David Philips, technical officer of the Greater Manchester pension fund, which runs the local authority scheme, said: 'Originally it did not recognise post-retirement marriages.'
However, changes in legislation in 1978 meant it had to pay some benefits to the surviving spouse of a post-retirement marriage. 'The benefit would be half that accrued after that date,' he said.
Some occupational schemes were set up this way to prevent death-bed marriages, where the purpose of the union is to pass on the pension benefit.
Other occupational schemes have very different rules. For instance, the mineworkers' pension scheme entitles the widow to two-thirds of the pension regardless of when the marriage took place.

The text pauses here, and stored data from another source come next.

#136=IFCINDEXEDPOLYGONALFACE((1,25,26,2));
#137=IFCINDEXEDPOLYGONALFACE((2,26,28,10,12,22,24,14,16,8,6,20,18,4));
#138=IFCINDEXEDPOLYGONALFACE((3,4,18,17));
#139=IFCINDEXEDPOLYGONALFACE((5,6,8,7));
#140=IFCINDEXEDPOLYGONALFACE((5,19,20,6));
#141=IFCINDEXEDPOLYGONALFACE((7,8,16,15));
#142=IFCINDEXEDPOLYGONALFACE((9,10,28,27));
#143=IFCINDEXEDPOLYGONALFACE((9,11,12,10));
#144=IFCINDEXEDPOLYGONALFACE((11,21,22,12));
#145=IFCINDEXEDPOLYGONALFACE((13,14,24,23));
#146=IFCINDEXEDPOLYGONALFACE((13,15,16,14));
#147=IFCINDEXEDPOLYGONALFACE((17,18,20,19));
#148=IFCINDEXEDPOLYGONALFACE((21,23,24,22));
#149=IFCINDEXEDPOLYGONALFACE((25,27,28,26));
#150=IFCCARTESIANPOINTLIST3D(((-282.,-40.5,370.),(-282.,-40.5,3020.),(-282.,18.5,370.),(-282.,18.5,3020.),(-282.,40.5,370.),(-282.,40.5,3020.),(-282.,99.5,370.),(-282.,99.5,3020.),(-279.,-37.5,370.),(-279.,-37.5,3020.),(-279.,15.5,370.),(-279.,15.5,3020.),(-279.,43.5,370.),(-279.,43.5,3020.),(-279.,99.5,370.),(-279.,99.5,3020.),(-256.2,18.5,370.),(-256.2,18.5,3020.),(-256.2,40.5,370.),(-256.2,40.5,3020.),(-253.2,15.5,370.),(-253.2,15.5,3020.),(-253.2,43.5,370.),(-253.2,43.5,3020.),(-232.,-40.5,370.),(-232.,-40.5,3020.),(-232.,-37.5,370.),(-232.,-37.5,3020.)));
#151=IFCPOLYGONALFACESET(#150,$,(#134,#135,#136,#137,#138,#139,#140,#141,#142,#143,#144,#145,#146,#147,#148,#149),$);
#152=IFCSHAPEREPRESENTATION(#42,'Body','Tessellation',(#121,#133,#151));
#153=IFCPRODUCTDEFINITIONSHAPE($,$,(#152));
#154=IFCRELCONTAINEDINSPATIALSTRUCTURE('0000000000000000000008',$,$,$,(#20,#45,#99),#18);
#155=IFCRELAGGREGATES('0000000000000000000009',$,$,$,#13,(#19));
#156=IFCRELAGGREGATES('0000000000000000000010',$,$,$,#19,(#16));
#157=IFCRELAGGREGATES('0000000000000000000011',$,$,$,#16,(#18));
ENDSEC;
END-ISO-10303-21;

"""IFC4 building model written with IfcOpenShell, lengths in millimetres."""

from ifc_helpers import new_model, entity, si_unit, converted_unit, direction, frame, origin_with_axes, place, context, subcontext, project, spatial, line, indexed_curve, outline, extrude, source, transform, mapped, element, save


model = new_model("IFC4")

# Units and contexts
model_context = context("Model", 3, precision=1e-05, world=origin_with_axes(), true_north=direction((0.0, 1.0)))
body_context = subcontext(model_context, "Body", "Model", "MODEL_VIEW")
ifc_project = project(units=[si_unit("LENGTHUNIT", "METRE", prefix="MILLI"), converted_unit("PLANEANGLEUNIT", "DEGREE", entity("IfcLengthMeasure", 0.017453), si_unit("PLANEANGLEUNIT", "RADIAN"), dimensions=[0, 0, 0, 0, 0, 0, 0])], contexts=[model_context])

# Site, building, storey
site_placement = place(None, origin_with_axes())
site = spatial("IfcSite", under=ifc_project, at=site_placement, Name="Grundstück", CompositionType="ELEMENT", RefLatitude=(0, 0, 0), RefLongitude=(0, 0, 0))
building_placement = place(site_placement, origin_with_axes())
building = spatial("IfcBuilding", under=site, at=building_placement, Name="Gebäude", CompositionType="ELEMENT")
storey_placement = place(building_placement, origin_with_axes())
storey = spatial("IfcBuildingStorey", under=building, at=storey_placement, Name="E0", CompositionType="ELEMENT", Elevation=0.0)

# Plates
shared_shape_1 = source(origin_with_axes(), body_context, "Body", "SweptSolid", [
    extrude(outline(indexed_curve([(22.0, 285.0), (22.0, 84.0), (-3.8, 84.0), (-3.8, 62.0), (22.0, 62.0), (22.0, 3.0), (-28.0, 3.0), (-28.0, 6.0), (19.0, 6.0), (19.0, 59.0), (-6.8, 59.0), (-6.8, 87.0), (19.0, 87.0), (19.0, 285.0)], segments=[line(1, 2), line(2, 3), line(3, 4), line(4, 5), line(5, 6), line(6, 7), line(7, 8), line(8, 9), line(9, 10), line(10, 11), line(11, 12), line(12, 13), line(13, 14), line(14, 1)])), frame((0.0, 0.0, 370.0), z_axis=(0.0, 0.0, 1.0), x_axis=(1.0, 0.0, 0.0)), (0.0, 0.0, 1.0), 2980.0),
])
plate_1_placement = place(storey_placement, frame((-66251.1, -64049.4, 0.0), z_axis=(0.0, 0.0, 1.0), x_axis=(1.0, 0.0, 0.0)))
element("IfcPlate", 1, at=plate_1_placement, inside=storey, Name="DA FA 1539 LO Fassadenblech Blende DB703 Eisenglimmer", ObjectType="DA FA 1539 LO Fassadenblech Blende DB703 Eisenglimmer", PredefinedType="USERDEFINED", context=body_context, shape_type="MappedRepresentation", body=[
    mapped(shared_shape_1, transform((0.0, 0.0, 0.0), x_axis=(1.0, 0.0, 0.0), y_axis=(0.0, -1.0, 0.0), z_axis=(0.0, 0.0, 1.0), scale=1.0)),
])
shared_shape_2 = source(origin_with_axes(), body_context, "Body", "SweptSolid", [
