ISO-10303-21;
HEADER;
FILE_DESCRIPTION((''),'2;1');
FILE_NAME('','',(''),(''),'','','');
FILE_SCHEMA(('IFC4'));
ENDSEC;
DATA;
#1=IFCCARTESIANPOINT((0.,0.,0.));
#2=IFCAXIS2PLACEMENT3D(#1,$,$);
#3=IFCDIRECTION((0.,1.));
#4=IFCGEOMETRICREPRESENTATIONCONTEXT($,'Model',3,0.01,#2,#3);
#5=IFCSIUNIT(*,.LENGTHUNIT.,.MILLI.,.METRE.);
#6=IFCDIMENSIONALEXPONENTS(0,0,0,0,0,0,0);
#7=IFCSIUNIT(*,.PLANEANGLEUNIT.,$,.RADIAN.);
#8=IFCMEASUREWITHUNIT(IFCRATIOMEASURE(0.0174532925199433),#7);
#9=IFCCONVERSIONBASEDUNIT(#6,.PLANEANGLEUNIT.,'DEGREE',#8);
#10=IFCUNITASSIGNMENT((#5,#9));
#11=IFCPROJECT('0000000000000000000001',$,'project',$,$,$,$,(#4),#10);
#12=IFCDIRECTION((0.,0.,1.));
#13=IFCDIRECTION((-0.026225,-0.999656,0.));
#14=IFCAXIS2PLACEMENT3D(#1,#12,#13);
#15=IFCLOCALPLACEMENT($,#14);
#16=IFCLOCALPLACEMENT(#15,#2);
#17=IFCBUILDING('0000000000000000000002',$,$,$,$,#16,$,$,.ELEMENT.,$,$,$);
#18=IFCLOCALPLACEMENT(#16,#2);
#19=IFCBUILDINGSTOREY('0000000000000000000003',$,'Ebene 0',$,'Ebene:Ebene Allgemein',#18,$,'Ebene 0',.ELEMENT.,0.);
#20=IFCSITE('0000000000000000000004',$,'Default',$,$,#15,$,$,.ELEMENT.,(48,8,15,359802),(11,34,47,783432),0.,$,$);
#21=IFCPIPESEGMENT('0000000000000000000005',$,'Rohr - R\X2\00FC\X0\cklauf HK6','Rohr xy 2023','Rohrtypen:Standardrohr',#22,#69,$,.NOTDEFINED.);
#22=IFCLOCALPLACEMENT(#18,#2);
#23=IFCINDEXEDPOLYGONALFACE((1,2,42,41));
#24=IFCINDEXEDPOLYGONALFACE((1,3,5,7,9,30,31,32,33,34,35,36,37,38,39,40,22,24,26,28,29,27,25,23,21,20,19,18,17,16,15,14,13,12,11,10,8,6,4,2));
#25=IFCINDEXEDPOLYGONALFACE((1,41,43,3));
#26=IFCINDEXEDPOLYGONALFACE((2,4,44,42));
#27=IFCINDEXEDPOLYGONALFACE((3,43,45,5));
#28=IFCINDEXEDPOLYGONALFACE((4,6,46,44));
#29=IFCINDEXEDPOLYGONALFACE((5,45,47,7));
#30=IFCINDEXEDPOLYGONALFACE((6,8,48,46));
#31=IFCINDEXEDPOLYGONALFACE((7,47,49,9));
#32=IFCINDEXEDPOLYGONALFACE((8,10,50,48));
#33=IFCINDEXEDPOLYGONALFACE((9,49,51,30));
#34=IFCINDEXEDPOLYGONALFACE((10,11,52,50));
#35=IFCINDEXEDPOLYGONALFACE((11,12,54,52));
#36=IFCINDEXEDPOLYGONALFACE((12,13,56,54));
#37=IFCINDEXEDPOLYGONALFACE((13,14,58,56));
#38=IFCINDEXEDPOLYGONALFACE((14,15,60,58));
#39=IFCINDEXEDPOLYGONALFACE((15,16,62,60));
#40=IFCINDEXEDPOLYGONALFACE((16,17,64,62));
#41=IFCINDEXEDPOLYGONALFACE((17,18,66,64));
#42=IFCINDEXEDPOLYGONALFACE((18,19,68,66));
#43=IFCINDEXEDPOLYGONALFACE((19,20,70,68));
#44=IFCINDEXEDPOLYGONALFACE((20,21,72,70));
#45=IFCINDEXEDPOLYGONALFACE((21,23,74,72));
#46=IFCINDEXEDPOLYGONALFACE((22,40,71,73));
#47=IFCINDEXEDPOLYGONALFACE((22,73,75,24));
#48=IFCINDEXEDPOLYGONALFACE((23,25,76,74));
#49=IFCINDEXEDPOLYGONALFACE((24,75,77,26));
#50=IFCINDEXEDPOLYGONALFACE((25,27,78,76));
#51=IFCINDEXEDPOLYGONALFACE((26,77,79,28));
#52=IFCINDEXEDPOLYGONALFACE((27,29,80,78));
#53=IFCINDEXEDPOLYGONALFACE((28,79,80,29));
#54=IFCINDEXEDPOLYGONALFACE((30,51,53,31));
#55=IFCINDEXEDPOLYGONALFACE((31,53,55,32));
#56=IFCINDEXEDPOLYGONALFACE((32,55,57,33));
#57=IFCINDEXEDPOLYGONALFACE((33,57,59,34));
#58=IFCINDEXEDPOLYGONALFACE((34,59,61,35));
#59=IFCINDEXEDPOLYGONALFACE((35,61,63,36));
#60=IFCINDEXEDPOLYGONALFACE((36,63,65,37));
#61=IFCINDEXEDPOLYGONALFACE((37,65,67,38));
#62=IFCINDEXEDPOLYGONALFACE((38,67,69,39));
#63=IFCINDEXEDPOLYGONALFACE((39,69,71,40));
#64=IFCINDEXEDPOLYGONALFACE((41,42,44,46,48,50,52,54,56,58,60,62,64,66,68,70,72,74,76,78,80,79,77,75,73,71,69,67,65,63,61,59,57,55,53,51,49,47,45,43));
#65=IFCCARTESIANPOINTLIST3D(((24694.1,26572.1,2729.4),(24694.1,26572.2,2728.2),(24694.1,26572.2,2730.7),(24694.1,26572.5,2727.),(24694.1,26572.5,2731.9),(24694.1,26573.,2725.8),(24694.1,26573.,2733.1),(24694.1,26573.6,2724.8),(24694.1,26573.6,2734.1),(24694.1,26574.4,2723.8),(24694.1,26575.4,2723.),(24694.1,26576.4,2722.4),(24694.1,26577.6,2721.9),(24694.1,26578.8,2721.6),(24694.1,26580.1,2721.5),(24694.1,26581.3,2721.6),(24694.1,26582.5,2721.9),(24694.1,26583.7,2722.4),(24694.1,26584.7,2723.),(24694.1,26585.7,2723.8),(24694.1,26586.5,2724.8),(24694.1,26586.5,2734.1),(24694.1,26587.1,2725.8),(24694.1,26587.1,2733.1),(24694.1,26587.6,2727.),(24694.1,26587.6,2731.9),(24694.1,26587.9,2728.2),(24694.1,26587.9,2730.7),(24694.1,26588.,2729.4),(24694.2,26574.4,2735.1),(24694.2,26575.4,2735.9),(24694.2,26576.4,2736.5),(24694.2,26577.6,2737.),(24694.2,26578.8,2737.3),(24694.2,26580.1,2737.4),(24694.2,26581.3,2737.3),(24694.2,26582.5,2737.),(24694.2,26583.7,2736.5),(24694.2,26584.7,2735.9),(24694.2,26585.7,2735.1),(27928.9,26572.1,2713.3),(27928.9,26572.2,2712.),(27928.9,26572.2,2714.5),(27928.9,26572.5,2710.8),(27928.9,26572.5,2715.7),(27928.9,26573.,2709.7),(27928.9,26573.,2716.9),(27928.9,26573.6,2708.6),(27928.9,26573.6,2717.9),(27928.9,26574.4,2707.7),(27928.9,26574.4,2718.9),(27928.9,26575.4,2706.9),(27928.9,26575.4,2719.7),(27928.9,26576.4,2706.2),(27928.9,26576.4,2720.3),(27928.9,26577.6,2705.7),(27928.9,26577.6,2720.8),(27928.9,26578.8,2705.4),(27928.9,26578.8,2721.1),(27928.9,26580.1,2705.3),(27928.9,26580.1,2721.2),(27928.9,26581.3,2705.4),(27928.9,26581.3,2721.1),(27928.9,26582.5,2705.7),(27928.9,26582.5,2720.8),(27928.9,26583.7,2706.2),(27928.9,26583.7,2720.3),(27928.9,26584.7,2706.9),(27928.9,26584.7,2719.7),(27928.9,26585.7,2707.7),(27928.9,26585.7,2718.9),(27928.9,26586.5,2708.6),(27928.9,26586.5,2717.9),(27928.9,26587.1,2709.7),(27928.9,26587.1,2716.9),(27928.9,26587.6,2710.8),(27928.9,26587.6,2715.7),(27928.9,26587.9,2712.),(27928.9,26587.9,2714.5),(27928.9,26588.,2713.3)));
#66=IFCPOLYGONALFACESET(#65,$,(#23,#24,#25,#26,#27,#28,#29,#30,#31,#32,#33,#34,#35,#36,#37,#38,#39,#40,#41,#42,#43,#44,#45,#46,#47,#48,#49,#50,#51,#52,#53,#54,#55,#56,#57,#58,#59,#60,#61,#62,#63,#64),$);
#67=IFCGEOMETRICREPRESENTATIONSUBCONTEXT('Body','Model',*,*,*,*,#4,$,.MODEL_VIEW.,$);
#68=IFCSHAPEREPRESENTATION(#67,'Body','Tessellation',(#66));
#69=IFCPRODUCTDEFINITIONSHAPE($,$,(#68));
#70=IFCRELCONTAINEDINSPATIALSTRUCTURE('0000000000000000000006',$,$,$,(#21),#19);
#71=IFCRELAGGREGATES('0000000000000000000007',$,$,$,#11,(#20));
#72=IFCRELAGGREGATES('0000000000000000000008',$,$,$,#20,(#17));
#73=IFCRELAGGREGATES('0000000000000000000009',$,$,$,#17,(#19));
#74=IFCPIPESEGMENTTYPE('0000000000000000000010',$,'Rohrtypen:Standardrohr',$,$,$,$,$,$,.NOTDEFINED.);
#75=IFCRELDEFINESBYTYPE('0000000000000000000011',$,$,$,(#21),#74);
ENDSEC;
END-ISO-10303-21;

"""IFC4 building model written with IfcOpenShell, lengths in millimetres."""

from ifc_helpers import new_model, entity, si_unit, converted_unit, direction, frame, origin, place, context, subcontext, project, spatial, indexed_curve, outline, extrude, type_object, element, save


model = new_model("IFC4")

# Units and contexts
model_context = context("Model", 3, precision=0.01, world=origin(), true_north=direction((0.0, 1.0)))
body_context = subcontext(model_context, "Body", "Model", "MODEL_VIEW")
ifc_project = project(units=[si_unit("LENGTHUNIT", "METRE", prefix="MILLI"), converted_unit("PLANEANGLEUNIT", "DEGREE", entity("IfcRatioMeasure", 0.0174532925199433), si_unit("PLANEANGLEUNIT", "RADIAN"), dimensions=[0, 0, 0, 0, 0, 0, 0])], contexts=[model_context])

# Site, building, storey
site_placement = place(None, frame((0.0, 0.0, 0.0), z_axis=(0.0, 0.0, 1.0), x_axis=(-0.026225, -0.999656, 0.0)))
site = spatial("IfcSite", under=ifc_project, at=site_placement, Name="Default", CompositionType="ELEMENT", RefLatitude=(48, 8, 15, 359802), RefLongitude=(11, 34, 47, 783432), RefElevation=0.0)
building_placement = place(site_placement, origin())
building = spatial("IfcBuilding", under=site, at=building_placement, CompositionType="ELEMENT")
storey_placement = place(building_placement, origin())
storey = spatial("IfcBuildingStorey", under=building, at=storey_placement, Name="Ebene 0", ObjectType="Ebene:Ebene Allgemein", LongName="Ebene 0", CompositionType="ELEMENT", Elevation=0.0)

# Pipe segment
pipe_segment_type = type_object("IfcPipeSegmentType", Name="Rohrtypen:Standardrohr", PredefinedType="NOTDEFINED")
pipe_segment_1_placement = place(storey_placement, origin())
element("IfcPipeSegment", 1, at=pipe_segment_1_placement, inside=storey, type_object=pipe_segment_type, Name="Rohr - Rücklauf HK6", Description="Rohr xy 2023", ObjectType="Rohrtypen:Standardrohr", PredefinedType="NOTDEFINED", context=body_context, shape_type="SweptSolid", body=[
    extrude(outline(indexed_curve([(7.9, 0.0), (7.8, 1.2), (7.6, 2.5), (7.1, 3.6), (6.4, 4.7), (5.6, 5.6), (4.7, 6.4), (3.6, 7.1), (2.5, 7.6), (1.2, 7.8), (0.0, 7.9), (-1.2, 7.8), (-2.5, 7.6), (-3.6, 7.1), (-4.7, 6.4), (-5.6, 5.6), (-6.4, 4.7), (-7.1, 3.6), (-7.6, 2.5), (-7.8, 1.2), (-7.9, 0.0), (-7.8, -1.2), (-7.6, -2.5), (-7.1, -3.6), (-6.4, -4.7), (-5.6, -5.6), (-4.7, -6.4), (-3.6, -7.1), (-2.5, -7.6), (-1.2, -7.8), (0.0, -7.9), (1.2, -7.8), (2.5, -7.6), (3.6, -7.1), (4.7, -6.4), (5.6, -5.6), (6.4, -4.7), (7.1, -3.6), (7.6, -2.5), (7.8, -1.2), (7.9, 0.0)], self_intersect=False)), frame((27928.9, 26580.1, 2713.3), z_axis=(-0.999988, 0.0, 0.005), x_axis=(0.0, 1.0, 0.0)), (0.0, 0.0, 1.0), 3234.8),
])

save(model, "model.ifc")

Jon Heathfield, administrator of the mineworkers' scheme, said: 'The legal wife would be entitled to the pension benefits. A previous partner would not have any right to the pension.'
He said the situation would become more complicated if the member was separated but not divorced and was living with someone else.
'Both women would have a right to his pension. It would be up to the trustees to sort it out,' he added.
British Telecom pays out a maximum of half the pension benefits to the surviving spouse, again regardless of when the marriage took place.
Barclays operates the same system for its employees, but said the benefits would only be paid to a legal spouse.
Stephen Ingledew, director of the independent financial adviser Frizzells, said that personal pensions could offer a great deal more flexibility in terms of the widow's benefit.
'When you take out the pension you nominate how much you want to be for the surviving spouse,' he said.
At the moment the pension industry is discussing proposals which would make any pension benefits part of divorce settlement.